Up to and including the line with "#35=IFCINDEXEDPOLYGONALFACE((2,6,8,4));", restate the records below word for word, beginning with their first line.

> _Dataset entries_

****

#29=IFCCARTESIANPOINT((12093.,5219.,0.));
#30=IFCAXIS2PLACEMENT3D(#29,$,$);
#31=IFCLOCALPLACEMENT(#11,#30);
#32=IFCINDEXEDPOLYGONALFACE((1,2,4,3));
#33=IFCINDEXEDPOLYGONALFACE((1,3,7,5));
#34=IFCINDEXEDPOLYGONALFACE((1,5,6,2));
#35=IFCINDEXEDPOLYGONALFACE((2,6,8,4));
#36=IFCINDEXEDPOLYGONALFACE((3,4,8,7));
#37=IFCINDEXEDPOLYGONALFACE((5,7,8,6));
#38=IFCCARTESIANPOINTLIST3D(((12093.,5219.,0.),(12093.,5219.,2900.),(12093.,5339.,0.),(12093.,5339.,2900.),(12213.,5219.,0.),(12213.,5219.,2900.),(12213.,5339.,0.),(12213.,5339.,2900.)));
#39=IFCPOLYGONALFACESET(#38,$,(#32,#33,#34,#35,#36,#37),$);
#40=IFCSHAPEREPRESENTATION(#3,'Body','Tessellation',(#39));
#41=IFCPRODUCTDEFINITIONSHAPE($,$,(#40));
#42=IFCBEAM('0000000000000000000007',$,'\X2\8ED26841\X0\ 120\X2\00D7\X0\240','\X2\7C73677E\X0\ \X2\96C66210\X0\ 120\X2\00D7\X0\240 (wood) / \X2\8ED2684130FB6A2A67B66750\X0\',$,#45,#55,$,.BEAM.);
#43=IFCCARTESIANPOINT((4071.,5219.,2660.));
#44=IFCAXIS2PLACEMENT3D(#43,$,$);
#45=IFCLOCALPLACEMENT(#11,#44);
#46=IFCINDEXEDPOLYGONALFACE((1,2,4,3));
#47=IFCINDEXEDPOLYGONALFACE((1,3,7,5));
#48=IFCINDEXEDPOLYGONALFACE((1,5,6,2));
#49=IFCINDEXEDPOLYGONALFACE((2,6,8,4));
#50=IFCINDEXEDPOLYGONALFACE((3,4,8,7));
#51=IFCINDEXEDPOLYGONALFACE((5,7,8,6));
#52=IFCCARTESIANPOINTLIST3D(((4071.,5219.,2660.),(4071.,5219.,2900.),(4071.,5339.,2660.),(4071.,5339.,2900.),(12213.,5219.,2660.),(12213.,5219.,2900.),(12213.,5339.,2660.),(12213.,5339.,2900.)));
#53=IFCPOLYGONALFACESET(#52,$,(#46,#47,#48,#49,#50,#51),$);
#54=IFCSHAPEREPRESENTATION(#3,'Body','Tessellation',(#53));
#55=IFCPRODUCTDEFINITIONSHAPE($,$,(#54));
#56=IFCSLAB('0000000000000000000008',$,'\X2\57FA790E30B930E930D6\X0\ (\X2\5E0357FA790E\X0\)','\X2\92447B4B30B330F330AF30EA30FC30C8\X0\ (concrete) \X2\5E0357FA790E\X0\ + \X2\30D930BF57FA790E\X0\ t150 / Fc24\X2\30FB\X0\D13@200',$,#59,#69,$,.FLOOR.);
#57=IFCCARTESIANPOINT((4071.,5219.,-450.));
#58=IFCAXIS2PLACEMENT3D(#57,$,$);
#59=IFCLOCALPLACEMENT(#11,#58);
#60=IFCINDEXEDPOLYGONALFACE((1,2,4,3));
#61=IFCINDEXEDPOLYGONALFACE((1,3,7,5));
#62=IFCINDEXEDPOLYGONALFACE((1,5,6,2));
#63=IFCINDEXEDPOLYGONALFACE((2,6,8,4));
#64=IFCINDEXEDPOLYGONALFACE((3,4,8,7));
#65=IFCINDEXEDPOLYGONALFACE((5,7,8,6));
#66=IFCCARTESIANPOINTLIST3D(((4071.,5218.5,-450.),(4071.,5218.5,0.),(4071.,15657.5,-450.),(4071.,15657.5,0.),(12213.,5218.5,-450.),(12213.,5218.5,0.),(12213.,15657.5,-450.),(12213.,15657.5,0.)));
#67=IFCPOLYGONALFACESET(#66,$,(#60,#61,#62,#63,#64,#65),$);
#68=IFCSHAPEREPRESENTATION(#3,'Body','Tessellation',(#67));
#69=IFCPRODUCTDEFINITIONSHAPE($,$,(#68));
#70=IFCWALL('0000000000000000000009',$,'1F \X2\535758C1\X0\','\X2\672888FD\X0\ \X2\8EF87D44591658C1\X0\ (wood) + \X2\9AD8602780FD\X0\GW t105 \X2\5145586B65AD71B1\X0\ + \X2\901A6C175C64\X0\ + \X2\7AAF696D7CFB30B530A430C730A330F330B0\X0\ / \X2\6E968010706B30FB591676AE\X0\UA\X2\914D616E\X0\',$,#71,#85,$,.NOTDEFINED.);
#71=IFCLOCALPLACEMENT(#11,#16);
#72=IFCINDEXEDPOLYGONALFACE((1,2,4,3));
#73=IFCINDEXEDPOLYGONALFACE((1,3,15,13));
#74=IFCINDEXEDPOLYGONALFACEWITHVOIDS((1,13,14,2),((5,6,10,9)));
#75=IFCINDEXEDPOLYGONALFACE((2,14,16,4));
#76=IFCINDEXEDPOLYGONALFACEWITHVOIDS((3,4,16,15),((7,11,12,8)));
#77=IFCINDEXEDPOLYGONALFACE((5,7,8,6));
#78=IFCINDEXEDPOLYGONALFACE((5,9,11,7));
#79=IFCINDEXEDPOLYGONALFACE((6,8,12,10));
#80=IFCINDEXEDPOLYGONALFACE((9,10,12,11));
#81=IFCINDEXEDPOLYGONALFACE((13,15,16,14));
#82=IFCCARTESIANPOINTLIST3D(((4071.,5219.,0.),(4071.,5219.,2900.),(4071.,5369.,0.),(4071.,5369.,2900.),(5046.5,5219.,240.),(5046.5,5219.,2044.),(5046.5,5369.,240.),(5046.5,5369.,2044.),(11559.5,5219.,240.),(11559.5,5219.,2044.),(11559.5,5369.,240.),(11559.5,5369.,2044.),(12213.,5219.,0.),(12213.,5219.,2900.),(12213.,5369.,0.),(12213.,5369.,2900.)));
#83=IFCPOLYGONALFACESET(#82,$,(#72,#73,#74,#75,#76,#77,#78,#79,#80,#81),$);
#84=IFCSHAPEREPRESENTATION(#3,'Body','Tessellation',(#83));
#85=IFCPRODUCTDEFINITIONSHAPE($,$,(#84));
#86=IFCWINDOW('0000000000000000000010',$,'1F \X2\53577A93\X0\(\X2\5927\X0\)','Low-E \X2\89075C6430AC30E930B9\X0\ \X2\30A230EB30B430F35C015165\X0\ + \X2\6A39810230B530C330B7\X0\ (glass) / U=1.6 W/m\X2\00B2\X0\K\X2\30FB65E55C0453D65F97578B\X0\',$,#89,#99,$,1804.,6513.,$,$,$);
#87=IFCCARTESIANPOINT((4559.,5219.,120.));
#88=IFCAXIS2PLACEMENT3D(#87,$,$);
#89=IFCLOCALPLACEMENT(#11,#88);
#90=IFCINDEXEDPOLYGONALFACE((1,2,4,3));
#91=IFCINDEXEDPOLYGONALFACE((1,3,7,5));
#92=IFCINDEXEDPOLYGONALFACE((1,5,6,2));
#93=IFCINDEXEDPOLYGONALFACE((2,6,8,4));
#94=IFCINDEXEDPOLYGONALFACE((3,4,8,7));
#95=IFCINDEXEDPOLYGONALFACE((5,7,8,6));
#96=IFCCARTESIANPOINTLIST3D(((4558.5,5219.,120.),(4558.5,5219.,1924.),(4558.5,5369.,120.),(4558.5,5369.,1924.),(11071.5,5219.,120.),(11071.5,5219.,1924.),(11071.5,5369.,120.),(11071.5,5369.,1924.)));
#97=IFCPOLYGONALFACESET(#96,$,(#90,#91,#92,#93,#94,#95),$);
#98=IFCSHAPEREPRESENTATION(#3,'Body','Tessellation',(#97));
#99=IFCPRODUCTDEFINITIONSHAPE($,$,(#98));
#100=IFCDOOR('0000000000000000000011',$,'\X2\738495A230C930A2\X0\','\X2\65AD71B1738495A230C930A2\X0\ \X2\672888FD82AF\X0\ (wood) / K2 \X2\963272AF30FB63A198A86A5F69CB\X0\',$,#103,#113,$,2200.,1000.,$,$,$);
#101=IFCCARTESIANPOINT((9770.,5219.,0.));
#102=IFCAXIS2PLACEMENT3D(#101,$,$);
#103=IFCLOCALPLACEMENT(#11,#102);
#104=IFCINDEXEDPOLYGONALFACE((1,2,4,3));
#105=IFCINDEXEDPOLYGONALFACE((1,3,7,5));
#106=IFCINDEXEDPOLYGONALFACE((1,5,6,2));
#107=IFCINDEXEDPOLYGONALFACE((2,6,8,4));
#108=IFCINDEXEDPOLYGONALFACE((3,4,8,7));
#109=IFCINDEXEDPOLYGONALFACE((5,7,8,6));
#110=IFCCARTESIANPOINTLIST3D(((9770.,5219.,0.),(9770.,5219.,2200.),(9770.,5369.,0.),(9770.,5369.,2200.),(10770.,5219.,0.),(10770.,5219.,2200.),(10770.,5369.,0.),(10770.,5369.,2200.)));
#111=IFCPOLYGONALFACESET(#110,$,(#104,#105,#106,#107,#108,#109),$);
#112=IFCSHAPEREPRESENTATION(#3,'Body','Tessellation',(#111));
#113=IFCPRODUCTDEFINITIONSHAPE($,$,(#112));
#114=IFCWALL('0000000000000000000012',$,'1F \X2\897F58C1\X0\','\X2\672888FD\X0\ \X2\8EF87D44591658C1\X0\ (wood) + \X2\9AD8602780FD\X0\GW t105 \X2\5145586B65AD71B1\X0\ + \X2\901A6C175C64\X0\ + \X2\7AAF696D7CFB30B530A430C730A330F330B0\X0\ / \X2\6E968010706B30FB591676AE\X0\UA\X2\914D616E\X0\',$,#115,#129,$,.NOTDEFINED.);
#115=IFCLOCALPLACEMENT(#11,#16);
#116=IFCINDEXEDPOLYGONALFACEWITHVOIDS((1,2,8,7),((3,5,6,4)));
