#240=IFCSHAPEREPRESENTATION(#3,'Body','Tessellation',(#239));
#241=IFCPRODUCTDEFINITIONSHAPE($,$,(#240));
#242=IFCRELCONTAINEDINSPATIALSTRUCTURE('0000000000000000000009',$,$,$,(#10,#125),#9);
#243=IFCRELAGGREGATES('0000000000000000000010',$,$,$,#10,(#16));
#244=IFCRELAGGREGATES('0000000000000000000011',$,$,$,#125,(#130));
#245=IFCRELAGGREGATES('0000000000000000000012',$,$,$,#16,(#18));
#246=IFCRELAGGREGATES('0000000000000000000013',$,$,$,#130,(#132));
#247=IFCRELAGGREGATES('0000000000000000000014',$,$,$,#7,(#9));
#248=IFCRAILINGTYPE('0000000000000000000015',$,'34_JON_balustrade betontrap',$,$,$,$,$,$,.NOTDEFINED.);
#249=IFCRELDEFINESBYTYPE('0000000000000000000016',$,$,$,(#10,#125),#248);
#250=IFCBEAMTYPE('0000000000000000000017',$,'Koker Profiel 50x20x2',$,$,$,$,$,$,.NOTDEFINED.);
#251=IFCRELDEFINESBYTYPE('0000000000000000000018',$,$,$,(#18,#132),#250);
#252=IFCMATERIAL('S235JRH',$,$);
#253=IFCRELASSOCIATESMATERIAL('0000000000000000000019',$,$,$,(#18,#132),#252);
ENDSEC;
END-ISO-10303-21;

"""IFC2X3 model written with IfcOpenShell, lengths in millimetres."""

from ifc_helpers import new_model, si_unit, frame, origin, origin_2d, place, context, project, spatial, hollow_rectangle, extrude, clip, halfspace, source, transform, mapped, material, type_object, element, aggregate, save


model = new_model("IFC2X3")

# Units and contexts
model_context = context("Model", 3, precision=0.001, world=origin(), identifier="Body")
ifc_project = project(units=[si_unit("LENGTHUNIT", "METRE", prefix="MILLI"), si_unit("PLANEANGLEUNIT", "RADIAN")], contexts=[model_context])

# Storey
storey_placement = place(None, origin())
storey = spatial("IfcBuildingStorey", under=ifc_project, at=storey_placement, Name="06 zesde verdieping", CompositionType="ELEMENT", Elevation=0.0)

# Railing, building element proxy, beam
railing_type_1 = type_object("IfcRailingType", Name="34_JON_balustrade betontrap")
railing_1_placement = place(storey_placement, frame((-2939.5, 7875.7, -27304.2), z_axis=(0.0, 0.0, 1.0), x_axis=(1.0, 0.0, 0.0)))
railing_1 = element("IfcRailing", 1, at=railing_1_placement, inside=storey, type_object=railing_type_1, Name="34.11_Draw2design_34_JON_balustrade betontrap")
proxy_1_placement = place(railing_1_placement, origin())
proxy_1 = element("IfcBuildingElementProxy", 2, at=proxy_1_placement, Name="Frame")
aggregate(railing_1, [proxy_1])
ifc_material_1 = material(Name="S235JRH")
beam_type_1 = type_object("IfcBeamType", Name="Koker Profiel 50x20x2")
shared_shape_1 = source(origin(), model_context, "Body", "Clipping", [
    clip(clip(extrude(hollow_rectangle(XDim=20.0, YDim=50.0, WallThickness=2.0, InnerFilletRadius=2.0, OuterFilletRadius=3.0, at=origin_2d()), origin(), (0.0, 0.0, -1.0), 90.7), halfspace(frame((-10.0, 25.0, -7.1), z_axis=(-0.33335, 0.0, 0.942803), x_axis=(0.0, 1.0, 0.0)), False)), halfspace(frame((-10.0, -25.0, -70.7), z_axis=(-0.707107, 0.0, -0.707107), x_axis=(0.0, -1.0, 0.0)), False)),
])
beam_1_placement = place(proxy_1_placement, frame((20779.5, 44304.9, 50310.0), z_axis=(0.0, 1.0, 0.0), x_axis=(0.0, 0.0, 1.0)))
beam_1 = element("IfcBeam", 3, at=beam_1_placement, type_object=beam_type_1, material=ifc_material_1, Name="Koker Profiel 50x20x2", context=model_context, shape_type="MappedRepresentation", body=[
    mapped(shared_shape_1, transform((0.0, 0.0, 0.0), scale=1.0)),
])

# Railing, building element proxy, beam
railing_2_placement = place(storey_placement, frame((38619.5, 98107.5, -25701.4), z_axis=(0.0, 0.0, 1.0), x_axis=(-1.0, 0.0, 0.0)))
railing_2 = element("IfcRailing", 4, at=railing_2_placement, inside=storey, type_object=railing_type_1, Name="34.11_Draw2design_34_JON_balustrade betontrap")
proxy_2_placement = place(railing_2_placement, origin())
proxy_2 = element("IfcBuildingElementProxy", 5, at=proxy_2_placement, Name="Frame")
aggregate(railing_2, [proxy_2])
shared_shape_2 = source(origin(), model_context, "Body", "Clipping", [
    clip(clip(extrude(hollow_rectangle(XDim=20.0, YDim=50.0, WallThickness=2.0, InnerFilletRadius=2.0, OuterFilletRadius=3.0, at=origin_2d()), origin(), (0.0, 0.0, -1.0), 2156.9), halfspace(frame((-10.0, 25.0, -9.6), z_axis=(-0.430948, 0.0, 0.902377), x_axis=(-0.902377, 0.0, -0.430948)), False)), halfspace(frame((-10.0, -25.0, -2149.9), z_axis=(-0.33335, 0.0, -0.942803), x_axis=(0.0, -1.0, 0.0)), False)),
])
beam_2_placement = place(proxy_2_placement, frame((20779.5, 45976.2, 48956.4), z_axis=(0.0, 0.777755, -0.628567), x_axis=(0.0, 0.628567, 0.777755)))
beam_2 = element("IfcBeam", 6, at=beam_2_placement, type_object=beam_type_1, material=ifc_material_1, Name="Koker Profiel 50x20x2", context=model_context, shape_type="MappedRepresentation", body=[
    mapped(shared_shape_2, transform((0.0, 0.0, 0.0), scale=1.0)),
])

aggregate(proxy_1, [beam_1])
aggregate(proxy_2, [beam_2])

****

> _REPLY TO THE EXERCISE_
#29=IFCCARTESIANPOINT((12093.,5219.,0.));
#30=IFCAXIS2PLACEMENT3D(#29,$,$);
#31=IFCLOCALPLACEMENT(#11,#30);
#32=IFCINDEXEDPOLYGONALFACE((1,2,4,3));
#33=IFCINDEXEDPOLYGONALFACE((1,3,7,5));
#34=IFCINDEXEDPOLYGONALFACE((1,5,6,2));
#35=IFCINDEXEDPOLYGONALFACE((2,6,8,4));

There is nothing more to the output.